Collected data
□ □ □ □

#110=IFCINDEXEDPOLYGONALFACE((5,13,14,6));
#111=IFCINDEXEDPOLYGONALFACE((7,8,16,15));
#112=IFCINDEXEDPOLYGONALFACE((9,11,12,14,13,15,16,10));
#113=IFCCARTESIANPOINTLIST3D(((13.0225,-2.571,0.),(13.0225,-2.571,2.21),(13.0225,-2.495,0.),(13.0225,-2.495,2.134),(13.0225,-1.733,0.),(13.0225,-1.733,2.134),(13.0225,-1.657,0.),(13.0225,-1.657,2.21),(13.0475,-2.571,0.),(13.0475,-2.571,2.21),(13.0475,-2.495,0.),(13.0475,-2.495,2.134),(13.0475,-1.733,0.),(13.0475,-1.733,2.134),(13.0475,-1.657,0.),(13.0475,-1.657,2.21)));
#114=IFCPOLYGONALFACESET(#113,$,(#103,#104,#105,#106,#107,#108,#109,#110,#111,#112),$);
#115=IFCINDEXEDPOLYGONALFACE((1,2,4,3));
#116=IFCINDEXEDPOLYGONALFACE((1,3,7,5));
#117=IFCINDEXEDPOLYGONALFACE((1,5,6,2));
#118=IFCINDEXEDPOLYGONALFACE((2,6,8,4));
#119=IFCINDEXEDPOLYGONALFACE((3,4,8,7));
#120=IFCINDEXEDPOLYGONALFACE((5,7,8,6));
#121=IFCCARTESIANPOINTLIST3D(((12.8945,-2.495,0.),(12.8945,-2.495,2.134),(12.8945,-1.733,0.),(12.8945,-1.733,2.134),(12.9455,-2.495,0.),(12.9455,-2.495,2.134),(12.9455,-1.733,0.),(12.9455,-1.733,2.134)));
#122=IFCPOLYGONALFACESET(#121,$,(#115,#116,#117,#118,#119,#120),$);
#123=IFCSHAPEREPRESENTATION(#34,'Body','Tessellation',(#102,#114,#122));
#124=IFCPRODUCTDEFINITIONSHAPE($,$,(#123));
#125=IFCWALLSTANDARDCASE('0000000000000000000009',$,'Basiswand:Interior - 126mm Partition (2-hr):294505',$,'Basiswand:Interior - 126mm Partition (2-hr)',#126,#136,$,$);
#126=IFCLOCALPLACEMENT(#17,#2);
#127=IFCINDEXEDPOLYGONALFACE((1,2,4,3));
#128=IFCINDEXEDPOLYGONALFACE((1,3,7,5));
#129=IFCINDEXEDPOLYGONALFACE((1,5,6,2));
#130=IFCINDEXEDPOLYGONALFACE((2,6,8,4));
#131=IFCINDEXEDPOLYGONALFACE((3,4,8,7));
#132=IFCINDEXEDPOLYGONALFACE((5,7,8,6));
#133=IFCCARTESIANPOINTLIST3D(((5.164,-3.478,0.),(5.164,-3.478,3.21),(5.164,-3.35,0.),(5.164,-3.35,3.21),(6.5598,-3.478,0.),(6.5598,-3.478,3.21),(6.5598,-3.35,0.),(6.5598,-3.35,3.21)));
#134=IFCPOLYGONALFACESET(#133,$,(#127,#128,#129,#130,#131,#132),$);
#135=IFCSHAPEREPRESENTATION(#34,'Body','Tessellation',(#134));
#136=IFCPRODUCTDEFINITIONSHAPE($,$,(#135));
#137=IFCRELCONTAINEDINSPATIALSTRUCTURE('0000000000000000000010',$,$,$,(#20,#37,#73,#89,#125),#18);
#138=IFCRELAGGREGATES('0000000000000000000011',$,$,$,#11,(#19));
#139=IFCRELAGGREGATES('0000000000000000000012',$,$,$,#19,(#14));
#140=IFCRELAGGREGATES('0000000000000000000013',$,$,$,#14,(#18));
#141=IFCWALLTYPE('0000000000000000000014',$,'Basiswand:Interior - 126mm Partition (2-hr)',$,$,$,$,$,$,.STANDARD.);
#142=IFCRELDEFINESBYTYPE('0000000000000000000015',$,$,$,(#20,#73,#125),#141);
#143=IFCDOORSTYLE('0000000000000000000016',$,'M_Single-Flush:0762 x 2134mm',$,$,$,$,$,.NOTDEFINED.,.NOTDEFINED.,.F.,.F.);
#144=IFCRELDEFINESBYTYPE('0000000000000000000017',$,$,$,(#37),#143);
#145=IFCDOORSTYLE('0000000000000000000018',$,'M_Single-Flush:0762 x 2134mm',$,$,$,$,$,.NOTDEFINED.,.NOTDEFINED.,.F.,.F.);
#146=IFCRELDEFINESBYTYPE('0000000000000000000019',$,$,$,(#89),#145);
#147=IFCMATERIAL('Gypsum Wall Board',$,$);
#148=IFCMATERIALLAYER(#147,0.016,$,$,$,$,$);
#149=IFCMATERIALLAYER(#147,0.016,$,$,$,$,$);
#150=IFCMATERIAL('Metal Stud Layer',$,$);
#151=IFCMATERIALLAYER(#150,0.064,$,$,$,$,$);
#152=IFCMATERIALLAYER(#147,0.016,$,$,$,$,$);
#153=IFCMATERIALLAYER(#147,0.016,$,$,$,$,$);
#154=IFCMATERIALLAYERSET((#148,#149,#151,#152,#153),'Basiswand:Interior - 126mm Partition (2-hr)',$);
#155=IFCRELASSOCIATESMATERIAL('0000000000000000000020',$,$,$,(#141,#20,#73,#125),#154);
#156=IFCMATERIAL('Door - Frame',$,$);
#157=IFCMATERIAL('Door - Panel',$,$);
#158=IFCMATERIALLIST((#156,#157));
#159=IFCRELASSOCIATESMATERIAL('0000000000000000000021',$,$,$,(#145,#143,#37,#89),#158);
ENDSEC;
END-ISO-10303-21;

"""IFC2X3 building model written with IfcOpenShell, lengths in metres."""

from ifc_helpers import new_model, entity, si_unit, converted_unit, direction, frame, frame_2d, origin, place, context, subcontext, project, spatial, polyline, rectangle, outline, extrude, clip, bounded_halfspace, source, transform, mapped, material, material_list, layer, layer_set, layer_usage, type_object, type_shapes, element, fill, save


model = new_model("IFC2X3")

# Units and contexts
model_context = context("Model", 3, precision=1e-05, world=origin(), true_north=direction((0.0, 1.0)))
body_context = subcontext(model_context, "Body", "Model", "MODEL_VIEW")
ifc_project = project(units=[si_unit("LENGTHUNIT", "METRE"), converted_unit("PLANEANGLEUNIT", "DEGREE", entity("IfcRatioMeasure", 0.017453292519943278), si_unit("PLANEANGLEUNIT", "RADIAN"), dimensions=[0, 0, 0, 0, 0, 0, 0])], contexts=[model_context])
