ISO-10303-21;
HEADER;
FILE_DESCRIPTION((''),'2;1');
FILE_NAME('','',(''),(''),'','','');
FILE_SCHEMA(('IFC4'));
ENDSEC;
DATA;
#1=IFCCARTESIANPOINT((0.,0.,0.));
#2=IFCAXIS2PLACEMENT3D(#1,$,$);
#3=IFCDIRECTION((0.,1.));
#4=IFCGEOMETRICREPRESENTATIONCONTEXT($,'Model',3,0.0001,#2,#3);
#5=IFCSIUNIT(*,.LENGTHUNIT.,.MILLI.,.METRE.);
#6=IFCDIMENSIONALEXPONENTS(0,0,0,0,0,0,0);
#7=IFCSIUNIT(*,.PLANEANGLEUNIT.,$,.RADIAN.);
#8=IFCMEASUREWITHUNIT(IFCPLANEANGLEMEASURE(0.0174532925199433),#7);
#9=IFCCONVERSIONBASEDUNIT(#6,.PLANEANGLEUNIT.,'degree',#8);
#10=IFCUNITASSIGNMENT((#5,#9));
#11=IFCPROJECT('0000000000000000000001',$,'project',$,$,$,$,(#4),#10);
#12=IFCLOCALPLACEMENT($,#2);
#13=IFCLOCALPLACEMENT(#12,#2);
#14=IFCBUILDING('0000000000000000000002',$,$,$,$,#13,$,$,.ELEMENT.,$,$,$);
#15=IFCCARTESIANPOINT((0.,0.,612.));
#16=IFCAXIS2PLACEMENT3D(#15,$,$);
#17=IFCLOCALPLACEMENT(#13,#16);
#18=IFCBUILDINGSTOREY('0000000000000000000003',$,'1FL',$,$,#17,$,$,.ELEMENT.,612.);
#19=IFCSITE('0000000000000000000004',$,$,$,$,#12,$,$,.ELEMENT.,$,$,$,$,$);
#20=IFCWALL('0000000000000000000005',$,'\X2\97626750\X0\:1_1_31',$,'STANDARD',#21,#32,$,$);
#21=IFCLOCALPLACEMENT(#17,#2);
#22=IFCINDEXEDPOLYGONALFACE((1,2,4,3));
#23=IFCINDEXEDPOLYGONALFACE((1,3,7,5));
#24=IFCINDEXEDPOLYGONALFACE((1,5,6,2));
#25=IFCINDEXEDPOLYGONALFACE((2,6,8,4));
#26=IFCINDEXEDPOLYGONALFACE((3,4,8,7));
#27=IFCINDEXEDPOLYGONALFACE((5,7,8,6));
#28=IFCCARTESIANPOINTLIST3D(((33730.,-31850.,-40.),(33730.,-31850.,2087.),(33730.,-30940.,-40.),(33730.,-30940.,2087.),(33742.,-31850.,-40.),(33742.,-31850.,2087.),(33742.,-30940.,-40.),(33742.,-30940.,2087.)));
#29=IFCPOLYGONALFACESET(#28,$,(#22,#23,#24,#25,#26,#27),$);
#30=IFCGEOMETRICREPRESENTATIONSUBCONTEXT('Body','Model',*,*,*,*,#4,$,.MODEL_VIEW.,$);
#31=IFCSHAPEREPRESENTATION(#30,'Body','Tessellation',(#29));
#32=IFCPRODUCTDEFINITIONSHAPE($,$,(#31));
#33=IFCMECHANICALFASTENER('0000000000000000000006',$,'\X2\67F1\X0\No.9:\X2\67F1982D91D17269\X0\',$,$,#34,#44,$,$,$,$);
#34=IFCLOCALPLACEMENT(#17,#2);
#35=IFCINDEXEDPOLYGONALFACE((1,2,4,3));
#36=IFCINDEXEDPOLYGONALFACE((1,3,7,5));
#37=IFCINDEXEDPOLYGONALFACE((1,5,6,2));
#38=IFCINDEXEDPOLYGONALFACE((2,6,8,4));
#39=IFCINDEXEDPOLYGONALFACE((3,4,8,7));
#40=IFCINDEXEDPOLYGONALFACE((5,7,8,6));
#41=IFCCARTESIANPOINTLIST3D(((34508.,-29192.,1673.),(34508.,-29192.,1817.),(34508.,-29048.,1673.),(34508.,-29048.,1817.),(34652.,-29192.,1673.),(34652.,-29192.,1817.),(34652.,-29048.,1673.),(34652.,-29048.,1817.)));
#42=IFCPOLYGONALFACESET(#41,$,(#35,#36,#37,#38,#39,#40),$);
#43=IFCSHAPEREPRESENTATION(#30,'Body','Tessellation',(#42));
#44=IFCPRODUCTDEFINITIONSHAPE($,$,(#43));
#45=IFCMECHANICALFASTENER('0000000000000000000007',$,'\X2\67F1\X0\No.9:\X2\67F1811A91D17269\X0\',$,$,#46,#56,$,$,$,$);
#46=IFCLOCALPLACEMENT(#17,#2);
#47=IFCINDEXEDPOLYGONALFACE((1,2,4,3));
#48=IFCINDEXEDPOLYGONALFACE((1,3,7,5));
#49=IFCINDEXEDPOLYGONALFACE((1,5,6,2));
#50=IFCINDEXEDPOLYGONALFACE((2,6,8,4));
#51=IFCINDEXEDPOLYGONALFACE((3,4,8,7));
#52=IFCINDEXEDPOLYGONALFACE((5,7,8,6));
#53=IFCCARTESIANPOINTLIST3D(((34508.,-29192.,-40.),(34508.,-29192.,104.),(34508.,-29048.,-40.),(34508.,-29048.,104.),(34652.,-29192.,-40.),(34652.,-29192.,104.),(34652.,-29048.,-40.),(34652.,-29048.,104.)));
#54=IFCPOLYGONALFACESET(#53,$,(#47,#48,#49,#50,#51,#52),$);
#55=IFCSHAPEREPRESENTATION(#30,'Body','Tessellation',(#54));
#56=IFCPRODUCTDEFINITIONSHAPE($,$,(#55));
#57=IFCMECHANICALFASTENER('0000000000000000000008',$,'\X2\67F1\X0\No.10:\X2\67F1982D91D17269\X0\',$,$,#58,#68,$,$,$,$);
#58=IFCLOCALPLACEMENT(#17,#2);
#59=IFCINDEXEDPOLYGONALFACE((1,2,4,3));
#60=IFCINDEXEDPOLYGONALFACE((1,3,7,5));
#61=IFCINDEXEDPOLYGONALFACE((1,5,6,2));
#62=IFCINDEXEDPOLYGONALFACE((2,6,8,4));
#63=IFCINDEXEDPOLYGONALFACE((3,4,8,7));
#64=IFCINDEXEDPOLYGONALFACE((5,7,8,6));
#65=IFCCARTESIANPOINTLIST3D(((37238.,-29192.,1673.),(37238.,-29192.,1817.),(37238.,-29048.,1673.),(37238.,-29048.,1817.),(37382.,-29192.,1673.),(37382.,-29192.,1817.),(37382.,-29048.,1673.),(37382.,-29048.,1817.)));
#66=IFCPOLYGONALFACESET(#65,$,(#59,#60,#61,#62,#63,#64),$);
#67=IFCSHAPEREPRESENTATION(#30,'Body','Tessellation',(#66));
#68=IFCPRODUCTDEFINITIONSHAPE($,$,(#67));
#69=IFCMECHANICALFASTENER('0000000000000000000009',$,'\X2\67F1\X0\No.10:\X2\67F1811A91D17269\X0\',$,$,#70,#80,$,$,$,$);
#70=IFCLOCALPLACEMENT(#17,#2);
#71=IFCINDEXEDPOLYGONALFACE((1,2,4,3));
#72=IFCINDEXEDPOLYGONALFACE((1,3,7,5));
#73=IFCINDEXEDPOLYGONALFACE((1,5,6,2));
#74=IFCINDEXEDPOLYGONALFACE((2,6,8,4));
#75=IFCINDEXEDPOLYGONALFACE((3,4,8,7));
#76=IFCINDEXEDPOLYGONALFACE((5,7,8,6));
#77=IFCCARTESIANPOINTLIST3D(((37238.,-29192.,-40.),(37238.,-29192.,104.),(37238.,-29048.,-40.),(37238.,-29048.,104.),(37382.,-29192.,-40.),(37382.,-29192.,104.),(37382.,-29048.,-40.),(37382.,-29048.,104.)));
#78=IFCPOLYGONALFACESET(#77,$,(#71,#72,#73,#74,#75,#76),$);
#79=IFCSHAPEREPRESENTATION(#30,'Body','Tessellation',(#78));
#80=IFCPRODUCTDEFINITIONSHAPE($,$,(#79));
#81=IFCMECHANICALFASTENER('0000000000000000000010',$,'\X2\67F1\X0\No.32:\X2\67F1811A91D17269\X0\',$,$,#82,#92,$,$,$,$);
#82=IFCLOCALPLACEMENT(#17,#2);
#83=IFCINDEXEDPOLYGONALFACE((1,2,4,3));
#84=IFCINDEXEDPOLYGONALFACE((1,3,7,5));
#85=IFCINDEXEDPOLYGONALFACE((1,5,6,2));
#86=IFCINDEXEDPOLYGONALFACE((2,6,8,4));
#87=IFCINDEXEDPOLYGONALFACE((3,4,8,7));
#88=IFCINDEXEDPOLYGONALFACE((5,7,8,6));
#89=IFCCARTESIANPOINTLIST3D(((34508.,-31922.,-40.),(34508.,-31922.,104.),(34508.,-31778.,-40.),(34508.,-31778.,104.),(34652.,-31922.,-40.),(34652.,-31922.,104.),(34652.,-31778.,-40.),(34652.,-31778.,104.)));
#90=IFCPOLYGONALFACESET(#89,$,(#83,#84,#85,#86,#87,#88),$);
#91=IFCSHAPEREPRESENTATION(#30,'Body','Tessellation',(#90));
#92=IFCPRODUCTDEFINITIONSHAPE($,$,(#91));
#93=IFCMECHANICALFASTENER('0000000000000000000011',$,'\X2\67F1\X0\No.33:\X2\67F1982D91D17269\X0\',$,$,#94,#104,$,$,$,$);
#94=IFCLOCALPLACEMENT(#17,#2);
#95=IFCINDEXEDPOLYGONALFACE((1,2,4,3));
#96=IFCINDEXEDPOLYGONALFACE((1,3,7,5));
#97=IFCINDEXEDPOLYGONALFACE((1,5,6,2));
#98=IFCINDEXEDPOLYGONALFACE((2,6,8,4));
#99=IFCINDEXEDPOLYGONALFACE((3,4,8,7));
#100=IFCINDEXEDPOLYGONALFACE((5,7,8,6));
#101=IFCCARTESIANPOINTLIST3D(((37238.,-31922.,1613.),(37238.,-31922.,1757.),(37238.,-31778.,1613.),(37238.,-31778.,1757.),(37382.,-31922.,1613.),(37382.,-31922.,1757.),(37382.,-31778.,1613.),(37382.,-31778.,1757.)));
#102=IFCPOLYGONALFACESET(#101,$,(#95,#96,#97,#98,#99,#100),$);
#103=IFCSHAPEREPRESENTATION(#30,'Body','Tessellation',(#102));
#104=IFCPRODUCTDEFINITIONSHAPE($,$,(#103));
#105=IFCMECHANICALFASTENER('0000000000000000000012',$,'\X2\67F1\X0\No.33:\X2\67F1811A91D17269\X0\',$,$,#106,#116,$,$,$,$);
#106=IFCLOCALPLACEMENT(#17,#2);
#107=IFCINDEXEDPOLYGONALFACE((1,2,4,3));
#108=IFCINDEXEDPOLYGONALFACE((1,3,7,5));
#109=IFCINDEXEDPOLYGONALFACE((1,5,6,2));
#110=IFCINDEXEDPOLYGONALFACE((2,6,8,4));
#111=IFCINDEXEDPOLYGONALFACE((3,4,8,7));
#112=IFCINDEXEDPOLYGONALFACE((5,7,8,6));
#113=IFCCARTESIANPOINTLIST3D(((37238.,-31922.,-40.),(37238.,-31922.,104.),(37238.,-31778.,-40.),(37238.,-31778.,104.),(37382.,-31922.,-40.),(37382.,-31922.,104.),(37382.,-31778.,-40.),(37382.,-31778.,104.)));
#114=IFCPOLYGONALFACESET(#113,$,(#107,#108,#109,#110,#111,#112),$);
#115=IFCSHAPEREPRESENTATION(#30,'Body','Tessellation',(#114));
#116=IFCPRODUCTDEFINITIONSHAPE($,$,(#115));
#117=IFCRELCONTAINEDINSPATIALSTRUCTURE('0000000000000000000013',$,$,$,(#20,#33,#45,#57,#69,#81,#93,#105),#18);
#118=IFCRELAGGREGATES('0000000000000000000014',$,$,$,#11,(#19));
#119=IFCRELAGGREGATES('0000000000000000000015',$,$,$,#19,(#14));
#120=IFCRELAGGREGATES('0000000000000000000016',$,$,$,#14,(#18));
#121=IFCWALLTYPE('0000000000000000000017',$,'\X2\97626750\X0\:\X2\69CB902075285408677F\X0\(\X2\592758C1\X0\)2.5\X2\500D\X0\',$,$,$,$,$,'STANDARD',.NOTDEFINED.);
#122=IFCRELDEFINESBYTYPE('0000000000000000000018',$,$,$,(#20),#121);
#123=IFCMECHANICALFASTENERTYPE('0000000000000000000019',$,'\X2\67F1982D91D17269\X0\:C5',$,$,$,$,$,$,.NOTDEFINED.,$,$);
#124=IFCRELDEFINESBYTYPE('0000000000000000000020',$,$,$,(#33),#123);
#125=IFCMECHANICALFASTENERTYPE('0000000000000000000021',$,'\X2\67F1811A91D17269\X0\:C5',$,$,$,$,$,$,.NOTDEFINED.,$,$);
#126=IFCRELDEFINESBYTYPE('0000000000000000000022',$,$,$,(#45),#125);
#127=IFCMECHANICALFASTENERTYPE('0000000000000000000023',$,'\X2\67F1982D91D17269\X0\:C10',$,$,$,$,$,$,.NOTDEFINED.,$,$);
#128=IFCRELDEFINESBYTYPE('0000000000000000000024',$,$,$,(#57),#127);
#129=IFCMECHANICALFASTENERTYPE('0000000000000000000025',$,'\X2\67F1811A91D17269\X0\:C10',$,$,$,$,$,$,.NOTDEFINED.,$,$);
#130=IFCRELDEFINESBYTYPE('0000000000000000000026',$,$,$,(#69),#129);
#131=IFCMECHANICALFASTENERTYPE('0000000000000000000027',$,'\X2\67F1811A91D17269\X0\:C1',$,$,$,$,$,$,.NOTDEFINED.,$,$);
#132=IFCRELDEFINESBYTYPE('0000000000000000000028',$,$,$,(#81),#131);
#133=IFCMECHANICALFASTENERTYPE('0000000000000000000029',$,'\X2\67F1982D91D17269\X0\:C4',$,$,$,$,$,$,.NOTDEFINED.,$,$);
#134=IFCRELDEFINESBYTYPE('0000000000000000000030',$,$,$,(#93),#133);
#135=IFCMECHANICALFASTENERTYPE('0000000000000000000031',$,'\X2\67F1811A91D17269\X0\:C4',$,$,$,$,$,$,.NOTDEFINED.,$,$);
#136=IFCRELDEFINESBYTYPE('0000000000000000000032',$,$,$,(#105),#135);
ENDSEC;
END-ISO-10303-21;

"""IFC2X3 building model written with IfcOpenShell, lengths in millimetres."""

from ifc_helpers import new_model, entity, si_unit, converted_unit, direction, frame, origin, origin_with_axes, origin_2d, place, context, subcontext, project, spatial, polyline, rectangle, outline, extrude, type_object, element, save


model = new_model("IFC2X3")

# Units and contexts
model_context = context("Model", 3, precision=0.0001, world=origin(), true_north=direction((0.0, 1.0)))
body_context = subcontext(model_context, "Body", "Model", "MODEL_VIEW")
ifc_project = project(units=[si_unit("LENGTHUNIT", "METRE", prefix="MILLI"), converted_unit("PLANEANGLEUNIT", "degree", entity("IfcPlaneAngleMeasure", 0.0174532925199433), si_unit("PLANEANGLEUNIT", "RADIAN"), dimensions=[0, 0, 0, 0, 0, 0, 0])], contexts=[model_context])

# Site, building, storey
site_placement = place(None, origin())
site = spatial("IfcSite", under=ifc_project, at=site_placement, CompositionType="ELEMENT")
building_placement = place(site_placement, origin())
building = spatial("IfcBuilding", under=site, at=building_placement, CompositionType="ELEMENT")
storey_placement = place(building_placement, frame((0.0, 0.0, 612.0)))
storey = spatial("IfcBuildingStorey", under=building, at=storey_placement, Name="1FL", CompositionType="ELEMENT", Elevation=612.0)

# Wall
wall_type_1 = type_object("IfcWallType", Name="面材:構造用合板(大壁)2.5倍", ElementType="STANDARD", PredefinedType="NOTDEFINED")
wall_1_placement = place(storey_placement, frame((33742.0, -31395.0, -40.0), z_axis=(-1.0, 0.0, 0.0), x_axis=(0.0, -1.0, 0.0)))
element("IfcWall", 1, at=wall_1_placement, inside=storey, type_object=wall_type_1, Name="面材:1_1_31", ObjectType="STANDARD", context=body_context, shape_type="SweptSolid", body=[
    extrude(outline(polyline([(455.0, 0.0, 0.0), (-455.0, 0.0, 0.0), (-455.0, 2127.0, 0.0), (455.0, 2127.0, 0.0), (455.0, 0.0, 0.0)])), origin_with_axes(), (0.0, 0.0, 1.0), 12.0),
])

□ □ □ □

__YOUR ASSIGNMENT__
Copy the records above exactly, beginning at the line that contains "#79=IFCSHAPEREPRESENTATION(#30,'Body','Tessellation',(#78));" and stopping after the line that contains "#87=IFCINDEXEDPOLYGONALFACE((3,4,8,7));".

__RESULT OF THIS TASK__
#79=IFCSHAPEREPRESENTATION(#30,'Body','Tessellation',(#78));
#80=IFCPRODUCTDEFINITIONSHAPE($,$,(#79));
#81=IFCMECHANICALFASTENER('0000000000000000000010',$,'\X2\67F1\X0\No.32:\X2\67F1811A91D17269\X0\',$,$,#82,#92,$,$,$,$);
#82=IFCLOCALPLACEMENT(#17,#2);
#83=IFCINDEXEDPOLYGONALFACE((1,2,4,3));
#84=IFCINDEXEDPOLYGONALFACE((1,3,7,5));
#85=IFCINDEXEDPOLYGONALFACE((1,5,6,2));
#86=IFCINDEXEDPOLYGONALFACE((2,6,8,4));
#87=IFCINDEXEDPOLYGONALFACE((3,4,8,7));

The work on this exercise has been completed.